Why should all kinds of commercial parties earn more from books than the writer himself?

Wilma de RekMay 12, 202216:48

The good old library was there like the chickens on Monday evening. Immediately after the broadcast of news hour, in which the winner of the Libris Literature Prize 2022 was announced, the following announcement appeared on Twitter: ‘The winning book worm moon #Librisliteratuurprijs can be borrowed as an audiobook from the online Library. Read by Mariken Heitman himself.’ I took the fact that the Library referred to the audiobook and not to the e-book or paper book as a vicious reference to the new audio platform ‘Whisper’, a collaboration between three Dutch publishing groups, the Libris booksellers, DPG Media and investor Veronica Ventures. the arrival of which had been announced in the media a few hours earlier. The real reason turned out to be more pragmatic: the Library has worm moon simply not as an e-book in the range.

Although Mariken Heitman has a fine voice, I find it more enjoyable to read myself than to be read to. But if I have to believe the numbers, I belong to a dwindling group. Listening is on the rise. 11 percent of the Dutch population listened to one or more audiobooks in the past year and that percentage is growing rapidly. An equally fast-growing number of users are not purchasing their e- and audiobooks individually, but are acquiring them via subscription, via Kobo Plus, Storytel or Podimo. Whisper – the name is so bad that it might be a genius again – uses the so-calledall you can read’ model: for a fixed monthly fee (€12.99) you get access to podcasts and to all the e- and audiobooks you want.
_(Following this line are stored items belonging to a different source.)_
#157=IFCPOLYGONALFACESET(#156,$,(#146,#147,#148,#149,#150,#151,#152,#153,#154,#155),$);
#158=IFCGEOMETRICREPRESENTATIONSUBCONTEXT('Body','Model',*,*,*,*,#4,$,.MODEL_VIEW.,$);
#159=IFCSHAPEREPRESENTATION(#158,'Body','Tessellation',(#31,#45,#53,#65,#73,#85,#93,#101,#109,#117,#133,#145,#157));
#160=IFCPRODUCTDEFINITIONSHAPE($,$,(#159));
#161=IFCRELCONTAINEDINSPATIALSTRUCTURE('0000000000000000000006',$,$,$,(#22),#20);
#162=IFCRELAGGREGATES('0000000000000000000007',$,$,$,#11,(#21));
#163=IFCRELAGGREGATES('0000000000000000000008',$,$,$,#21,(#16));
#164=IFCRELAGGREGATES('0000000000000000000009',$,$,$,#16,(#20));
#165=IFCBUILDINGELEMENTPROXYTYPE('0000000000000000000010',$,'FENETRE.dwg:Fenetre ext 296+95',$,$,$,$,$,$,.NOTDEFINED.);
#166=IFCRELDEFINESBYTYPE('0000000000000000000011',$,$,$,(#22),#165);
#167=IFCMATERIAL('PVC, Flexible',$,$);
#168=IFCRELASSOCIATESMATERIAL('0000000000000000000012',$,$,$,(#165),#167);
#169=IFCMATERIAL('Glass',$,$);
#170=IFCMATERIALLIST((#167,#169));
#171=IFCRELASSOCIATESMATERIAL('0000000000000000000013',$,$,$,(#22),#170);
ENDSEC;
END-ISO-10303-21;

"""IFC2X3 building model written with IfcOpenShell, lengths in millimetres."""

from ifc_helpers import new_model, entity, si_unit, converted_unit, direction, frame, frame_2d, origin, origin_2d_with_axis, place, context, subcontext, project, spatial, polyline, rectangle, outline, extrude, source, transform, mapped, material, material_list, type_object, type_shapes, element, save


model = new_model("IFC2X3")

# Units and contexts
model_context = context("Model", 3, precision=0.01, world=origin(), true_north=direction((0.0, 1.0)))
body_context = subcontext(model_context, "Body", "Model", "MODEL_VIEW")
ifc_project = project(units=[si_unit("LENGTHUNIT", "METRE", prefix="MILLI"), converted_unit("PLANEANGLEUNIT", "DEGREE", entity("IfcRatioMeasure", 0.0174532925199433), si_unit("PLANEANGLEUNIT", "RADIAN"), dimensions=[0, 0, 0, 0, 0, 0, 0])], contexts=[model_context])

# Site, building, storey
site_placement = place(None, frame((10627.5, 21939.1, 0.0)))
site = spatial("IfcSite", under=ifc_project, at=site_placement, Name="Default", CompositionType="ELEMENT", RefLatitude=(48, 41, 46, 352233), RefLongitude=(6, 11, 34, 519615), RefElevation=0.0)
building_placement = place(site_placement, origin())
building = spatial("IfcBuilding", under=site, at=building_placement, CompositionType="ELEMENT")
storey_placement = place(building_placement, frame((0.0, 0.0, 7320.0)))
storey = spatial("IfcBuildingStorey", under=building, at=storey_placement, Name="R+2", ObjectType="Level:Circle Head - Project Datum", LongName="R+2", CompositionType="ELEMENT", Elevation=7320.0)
Mariken Heitman received the Libris Literature Prize for Wormmaan.Statue Jelmer de Haas

All e- and audiobooks? No: only those of the participating publishers. These are in any case those of the shareholders WPG (the parent group of De Bezige Bij); VBK (which includes Atlas Contact and Ambo Anthos) and Singel Publishers (Arbeiderspers, Querido, Athenaeum, Nijgh & Van Ditmar). Whisper expects that eventually all Dutch publishers will join in, but Prometheus, the publisher of bestselling author Lale Gül, for example, told me when asked that ‘there are no plans for this yet’. So that’s still a thing.

Not a thing but a Thing is the payment of writers and translators. Everyone has considered it normal for years that they have much less left over from their paper brainchildren than the publisher and bookstore, but with the subscription models – which apparently form the future – their earnings are even more lazy. You may hope that authors will realize how ridiculous it is that all kinds of commercial parties earn more from their books than themselves, and start asking more money for their goods in new contracts. This is the time. The beech in it!